# JUnit Tests machen eclipse probleme



## jimbo1000 (26. Mrz 2019)

Hallo,

ich habe ein sehr ärgerliches Problem. Für eine Studienleistung stellt mein Prof JUnit Tests zur verfügung. Gleichzeitig haben wir zugriff auf ein Git repository in dem ich alle sachen die in der Vorlseung gemacht wurden nachziehen kann. Wenn ich in dem master projekt (eclipse,git) einen JUnit test vom Prof ausführe funktioniert alles(Anzeige welche Tests geklappt haben und output auf der Konsole). Wenn ich meine eigenen Tests ausführe passiert nichts als das ich angezeigt bekomme das es geklappt hat, allerdings fehlt mir die ausgabe der Konsole. Es gibt schlicht keine.

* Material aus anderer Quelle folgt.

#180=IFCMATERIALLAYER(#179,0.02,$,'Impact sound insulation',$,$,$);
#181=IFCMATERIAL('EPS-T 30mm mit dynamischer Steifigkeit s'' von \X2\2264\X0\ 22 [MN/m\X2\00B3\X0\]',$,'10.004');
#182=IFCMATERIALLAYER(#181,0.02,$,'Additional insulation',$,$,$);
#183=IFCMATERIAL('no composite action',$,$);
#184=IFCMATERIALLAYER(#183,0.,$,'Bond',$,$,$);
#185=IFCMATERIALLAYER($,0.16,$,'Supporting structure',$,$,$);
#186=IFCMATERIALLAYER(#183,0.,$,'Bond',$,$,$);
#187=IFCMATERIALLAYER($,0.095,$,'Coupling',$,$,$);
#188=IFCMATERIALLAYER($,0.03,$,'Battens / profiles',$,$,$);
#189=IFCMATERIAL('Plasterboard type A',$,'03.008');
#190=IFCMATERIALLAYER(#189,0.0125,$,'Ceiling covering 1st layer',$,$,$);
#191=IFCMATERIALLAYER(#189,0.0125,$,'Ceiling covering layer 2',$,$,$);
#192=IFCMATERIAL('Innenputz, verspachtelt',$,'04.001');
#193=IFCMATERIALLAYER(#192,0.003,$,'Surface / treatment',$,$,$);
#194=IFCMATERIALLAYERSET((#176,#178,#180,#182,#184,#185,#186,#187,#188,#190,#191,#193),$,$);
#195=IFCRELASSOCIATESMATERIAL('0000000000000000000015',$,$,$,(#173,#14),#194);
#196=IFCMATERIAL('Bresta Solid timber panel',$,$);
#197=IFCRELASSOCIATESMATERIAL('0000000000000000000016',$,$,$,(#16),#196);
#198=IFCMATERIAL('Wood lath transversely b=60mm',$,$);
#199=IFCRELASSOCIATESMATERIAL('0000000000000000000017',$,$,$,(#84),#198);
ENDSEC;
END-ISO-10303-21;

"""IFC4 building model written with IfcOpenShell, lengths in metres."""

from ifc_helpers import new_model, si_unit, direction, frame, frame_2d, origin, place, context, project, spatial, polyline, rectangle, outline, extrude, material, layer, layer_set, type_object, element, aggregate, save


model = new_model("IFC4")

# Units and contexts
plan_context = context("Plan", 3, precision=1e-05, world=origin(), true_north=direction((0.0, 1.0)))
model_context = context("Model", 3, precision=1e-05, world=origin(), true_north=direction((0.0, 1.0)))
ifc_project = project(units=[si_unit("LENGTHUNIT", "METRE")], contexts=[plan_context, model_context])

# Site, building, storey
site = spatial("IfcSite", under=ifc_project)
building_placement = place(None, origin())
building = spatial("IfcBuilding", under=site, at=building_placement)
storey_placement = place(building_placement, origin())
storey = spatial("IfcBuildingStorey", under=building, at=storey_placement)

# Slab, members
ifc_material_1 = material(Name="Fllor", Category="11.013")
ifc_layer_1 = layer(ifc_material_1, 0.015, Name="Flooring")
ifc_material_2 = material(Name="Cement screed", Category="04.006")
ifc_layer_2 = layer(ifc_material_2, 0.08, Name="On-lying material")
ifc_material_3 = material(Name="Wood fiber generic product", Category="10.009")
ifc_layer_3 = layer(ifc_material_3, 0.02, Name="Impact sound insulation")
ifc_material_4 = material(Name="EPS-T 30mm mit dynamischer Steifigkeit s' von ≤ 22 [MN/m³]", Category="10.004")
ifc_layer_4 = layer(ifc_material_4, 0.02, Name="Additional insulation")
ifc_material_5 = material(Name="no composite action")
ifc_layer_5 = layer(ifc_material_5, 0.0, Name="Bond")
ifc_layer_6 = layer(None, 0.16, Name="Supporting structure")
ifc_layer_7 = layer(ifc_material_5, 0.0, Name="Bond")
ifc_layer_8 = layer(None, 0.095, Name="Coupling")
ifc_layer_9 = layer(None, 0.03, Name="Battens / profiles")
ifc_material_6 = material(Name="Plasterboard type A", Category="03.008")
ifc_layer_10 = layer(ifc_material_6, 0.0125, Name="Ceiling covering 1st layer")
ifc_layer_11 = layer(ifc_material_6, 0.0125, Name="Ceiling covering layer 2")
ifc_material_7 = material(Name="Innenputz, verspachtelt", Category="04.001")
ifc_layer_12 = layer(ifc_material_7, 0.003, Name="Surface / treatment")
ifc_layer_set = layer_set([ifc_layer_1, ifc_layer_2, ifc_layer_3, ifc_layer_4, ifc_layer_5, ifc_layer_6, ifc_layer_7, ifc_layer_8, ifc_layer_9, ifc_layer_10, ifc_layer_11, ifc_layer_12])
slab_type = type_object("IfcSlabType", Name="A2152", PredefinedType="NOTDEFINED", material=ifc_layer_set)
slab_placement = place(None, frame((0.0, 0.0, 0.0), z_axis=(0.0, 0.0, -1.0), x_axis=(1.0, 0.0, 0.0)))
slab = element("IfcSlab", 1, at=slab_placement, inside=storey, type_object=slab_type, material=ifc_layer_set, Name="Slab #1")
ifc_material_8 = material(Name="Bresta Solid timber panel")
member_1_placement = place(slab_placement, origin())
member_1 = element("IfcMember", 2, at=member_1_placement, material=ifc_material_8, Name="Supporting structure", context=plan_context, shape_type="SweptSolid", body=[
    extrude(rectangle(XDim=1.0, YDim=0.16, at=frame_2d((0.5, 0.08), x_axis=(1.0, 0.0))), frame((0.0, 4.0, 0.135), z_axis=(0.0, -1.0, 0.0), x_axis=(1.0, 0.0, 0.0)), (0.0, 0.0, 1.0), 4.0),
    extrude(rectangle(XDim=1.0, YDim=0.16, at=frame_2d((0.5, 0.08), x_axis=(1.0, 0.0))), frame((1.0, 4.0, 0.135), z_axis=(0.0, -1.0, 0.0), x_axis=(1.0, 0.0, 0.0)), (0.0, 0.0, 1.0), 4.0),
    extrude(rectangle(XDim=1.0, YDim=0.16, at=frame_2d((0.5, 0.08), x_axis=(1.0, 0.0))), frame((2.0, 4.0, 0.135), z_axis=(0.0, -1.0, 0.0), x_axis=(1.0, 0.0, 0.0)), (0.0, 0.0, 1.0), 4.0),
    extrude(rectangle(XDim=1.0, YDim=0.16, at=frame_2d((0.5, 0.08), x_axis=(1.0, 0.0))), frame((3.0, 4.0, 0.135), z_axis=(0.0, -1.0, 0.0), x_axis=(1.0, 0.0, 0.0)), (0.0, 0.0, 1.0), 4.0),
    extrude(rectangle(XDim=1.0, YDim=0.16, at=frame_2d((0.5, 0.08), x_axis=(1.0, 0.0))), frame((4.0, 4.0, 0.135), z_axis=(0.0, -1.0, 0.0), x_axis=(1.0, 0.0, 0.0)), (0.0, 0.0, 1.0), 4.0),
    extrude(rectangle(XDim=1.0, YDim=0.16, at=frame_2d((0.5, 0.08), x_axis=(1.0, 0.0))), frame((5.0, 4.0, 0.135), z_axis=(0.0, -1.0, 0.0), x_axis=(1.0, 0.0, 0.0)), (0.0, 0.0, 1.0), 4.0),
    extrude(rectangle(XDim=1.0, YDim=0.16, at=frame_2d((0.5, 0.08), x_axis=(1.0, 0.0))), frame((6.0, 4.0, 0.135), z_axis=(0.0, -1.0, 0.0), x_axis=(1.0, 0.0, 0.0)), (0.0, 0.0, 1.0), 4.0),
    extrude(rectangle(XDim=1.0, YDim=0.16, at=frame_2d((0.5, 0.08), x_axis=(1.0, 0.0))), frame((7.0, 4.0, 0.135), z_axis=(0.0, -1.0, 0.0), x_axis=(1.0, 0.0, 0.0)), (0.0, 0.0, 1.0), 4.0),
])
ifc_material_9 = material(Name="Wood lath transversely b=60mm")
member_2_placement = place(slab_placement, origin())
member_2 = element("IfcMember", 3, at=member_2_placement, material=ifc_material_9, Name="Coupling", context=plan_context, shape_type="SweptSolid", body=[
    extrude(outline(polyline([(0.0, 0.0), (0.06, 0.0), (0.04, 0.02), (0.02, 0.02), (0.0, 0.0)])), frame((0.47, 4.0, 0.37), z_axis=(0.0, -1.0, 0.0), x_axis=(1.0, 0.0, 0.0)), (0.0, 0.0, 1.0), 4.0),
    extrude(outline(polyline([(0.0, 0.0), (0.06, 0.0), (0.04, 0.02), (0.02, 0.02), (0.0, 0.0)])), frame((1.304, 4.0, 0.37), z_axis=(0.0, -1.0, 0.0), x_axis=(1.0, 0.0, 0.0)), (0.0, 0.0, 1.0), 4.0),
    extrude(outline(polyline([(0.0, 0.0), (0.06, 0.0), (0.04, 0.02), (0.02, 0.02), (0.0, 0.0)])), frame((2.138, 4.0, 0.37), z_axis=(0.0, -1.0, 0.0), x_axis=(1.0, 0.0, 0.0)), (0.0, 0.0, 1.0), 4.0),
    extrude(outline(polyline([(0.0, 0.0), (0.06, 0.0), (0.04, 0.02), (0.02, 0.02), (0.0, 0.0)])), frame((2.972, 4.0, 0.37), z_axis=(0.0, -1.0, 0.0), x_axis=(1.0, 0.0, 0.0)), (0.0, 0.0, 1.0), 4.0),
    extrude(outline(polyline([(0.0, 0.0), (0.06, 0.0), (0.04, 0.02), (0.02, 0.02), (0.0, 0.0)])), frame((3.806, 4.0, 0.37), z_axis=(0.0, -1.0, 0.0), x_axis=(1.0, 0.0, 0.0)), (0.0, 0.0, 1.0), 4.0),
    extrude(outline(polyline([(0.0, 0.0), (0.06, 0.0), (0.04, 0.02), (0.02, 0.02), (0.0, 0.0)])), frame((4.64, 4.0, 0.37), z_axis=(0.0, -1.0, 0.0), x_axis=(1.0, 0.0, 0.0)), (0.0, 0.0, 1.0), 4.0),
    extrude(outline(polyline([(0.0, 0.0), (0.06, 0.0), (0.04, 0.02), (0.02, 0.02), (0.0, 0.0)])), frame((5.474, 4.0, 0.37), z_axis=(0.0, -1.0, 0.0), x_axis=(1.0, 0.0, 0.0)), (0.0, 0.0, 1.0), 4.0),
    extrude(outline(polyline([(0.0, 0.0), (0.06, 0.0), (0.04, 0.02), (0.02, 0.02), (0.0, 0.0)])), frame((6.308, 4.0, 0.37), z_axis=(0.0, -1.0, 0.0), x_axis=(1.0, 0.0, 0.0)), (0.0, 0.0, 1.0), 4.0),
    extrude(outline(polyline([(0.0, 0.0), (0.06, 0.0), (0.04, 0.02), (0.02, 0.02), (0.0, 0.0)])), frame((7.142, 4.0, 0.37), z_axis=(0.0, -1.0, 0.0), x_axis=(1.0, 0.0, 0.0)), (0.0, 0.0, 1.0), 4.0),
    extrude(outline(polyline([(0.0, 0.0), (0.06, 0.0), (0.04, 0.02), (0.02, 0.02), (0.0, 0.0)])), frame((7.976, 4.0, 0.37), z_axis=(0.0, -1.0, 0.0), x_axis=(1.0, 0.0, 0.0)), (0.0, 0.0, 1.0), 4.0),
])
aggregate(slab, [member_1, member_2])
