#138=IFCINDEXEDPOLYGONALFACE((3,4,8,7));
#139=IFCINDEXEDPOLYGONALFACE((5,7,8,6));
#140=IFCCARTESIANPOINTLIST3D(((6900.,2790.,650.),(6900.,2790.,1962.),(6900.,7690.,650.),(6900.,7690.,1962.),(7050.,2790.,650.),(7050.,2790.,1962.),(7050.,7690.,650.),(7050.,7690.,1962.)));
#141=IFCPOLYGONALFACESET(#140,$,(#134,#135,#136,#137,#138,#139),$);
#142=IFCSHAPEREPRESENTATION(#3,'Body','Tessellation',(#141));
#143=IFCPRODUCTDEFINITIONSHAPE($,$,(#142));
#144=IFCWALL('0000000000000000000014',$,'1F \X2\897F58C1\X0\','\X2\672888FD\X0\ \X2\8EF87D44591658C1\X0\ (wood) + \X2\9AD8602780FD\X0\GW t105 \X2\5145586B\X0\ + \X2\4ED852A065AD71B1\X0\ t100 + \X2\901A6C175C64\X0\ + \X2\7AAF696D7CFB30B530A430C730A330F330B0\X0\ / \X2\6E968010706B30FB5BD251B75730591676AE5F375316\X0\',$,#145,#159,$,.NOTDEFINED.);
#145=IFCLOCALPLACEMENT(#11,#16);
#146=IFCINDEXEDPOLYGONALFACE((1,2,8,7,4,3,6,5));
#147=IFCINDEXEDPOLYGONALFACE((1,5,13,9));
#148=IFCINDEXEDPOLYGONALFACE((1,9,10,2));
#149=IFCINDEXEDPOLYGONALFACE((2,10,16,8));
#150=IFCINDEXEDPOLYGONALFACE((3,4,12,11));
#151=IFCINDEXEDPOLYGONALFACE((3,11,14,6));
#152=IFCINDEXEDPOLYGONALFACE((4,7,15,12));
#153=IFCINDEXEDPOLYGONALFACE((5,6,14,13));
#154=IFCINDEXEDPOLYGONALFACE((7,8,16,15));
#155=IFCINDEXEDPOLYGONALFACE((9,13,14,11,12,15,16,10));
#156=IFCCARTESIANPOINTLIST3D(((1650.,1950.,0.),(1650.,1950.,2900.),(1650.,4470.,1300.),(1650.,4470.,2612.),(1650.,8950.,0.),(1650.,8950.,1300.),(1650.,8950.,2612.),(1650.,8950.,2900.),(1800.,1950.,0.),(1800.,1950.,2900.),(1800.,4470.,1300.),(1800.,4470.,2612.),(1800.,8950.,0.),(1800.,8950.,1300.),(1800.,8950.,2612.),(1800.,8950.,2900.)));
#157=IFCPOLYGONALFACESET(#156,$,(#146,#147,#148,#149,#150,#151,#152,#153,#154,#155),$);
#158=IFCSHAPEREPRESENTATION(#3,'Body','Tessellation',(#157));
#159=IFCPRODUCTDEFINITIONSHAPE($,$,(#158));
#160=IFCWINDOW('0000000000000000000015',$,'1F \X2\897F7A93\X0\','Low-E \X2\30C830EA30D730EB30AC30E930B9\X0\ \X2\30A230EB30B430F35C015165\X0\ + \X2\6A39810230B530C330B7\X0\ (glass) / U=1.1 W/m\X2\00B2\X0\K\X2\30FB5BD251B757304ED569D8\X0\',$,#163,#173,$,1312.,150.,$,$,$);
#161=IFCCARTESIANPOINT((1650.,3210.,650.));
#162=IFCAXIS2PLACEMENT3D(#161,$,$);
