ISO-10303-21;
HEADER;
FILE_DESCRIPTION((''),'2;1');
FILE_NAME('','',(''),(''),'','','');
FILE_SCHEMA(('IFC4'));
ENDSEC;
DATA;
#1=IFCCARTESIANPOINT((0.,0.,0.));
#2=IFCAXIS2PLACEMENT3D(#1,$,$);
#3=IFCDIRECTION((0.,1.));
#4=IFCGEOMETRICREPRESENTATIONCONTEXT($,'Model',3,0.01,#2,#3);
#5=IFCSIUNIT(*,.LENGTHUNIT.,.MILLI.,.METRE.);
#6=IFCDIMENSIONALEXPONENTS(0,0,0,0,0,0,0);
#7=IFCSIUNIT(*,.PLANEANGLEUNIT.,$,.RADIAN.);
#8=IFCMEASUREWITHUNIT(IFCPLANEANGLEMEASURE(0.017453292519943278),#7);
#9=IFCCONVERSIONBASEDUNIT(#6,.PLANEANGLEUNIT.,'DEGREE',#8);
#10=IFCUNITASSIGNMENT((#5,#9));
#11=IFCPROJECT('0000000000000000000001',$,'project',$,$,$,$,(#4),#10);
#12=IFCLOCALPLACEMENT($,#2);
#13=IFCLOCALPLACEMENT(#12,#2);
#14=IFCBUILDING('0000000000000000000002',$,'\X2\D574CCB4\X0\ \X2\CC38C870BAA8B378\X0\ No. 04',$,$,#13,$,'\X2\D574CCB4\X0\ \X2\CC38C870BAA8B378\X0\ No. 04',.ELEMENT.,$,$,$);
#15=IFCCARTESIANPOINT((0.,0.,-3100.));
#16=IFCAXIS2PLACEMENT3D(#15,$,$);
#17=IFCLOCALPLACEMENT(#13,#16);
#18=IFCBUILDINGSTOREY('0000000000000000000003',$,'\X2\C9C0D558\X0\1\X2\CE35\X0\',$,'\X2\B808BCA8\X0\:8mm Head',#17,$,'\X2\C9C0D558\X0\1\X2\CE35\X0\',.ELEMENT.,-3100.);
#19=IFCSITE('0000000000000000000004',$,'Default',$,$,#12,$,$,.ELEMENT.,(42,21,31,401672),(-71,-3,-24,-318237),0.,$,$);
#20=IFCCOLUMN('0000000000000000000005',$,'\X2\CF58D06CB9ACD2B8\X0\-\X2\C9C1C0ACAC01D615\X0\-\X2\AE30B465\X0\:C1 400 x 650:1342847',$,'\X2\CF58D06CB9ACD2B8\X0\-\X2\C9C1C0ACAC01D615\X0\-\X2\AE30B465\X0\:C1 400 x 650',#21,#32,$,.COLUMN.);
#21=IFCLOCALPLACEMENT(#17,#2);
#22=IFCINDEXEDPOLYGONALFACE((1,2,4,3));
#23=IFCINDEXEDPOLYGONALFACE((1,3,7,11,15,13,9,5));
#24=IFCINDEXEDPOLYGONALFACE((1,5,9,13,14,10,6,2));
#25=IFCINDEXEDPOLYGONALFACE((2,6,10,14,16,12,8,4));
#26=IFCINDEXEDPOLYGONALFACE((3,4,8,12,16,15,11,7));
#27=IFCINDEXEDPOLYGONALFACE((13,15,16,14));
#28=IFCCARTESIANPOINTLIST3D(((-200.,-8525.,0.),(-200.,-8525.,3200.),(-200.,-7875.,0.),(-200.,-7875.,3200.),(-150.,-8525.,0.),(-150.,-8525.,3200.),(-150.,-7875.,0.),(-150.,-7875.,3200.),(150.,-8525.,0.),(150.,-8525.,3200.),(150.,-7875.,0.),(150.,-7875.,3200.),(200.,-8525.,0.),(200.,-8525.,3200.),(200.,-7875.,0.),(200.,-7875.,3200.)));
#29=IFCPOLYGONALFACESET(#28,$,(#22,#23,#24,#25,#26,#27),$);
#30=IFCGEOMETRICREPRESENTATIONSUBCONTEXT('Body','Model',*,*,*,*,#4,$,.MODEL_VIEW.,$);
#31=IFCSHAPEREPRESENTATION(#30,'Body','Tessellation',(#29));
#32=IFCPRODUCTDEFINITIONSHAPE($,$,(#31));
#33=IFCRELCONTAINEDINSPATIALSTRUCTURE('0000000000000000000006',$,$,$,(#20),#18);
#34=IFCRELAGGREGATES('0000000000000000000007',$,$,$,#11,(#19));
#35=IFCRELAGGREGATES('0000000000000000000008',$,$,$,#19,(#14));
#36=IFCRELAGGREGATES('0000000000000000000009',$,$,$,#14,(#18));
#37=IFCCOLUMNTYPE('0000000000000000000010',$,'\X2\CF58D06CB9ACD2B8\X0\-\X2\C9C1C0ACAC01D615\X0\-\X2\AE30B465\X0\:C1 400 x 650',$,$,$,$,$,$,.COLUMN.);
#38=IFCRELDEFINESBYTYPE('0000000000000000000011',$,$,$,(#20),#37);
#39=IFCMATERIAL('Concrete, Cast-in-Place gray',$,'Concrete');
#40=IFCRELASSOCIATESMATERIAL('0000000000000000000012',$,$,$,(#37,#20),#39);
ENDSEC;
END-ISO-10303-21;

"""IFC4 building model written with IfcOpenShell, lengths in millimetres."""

from ifc_helpers import new_model, entity, si_unit, converted_unit, direction, frame, origin, place, context, subcontext, project, spatial, indexed_curve, outline, extrude, source, transform, mapped, material, type_object, type_shapes, element, save


model = new_model("IFC4")

# Units and contexts
model_context = context("Model", 3, precision=0.01, world=origin(), true_north=direction((0.0, 1.0)))
body_context = subcontext(model_context, "Body", "Model", "MODEL_VIEW")
ifc_project = project(units=[si_unit("LENGTHUNIT", "METRE", prefix="MILLI"), converted_unit("PLANEANGLEUNIT", "DEGREE", entity("IfcPlaneAngleMeasure", 0.017453292519943278), si_unit("PLANEANGLEUNIT", "RADIAN"), dimensions=[0, 0, 0, 0, 0, 0, 0])], contexts=[model_context])

# Site, building, storey
site_placement = place(None, origin())
site = spatial("IfcSite", under=ifc_project, at=site_placement, Name="Default", CompositionType="ELEMENT", RefLatitude=(42, 21, 31, 401672), RefLongitude=(-71, -3, -24, -318237), RefElevation=0.0)
building_placement = place(site_placement, origin())
building = spatial("IfcBuilding", under=site, at=building_placement, Name="해체 참조모델 No. 04", LongName="해체 참조모델 No. 04", CompositionType="ELEMENT")
storey_placement = place(building_placement, frame((0.0, 0.0, -3100.0)))
storey = spatial("IfcBuildingStorey", under=building, at=storey_placement, Name="지하1층", ObjectType="레벨:8mm Head", LongName="지하1층", CompositionType="ELEMENT", Elevation=-3100.0)

# Column
ifc_material = material(Name="Concrete, Cast-in-Place gray", Category="Concrete")
column_type_1 = type_object("IfcColumnType", Name="콘크리트-직사각형-기둥:C1 400 x 650", PredefinedType="COLUMN", material=ifc_material)
shared_shape_1 = source(origin(), body_context, "Body", "SweptSolid", [
    extrude(outline(indexed_curve([(-200.0, -325.0), (-150.0, -325.0), (150.0, -325.0), (200.0, -325.0), (200.0, 325.0), (150.0, 325.0), (-150.0, 325.0), (-200.0, 325.0), (-200.0, -325.0)], self_intersect=False)), frame((0.0, -8200.0, -3100.0), z_axis=(0.0, 0.0, 1.0), x_axis=(-1.0, 0.0, 0.0)), (0.0, 0.0, 1.0), 3200.0),
])
type_shapes(column_type_1, [shared_shape_1])
column_1_placement = place(storey_placement, frame((0.0, 0.0, 3100.0)))
element("IfcColumn", 1, at=column_1_placement, inside=storey, type_object=column_type_1, material=ifc_material, Name="콘크리트-직사각형-기둥:C1 400 x 650:1342847", ObjectType="콘크리트-직사각형-기둥:C1 400 x 650", PredefinedType="COLUMN", context=body_context, shape_type="MappedRepresentation", body=[
    mapped(shared_shape_1, transform((0.0, 0.0, 0.0), scale=1.0)),
])

save(model, "model.ifc")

Ich hab auch mal den code vom meinem prof in meinen JUnit Test kopiert aber wenn ich das mache ist es genauso wie bei meinem code. Hat jemand Tipps für mich? Hab schon alles mal neu installiert und  bin in den Java und JUnit versionen hin und her gesprungen. Leider immer wieder genau das selbe schema. Für tipps wäre ich sehr dankbar.


----------



## mrBrown (26. Mrz 2019)

Zeig doch mal einen deiner Tests und einen der vorgegebenen, am besten inklusive Verzeichnis in dem diese liegen.


----------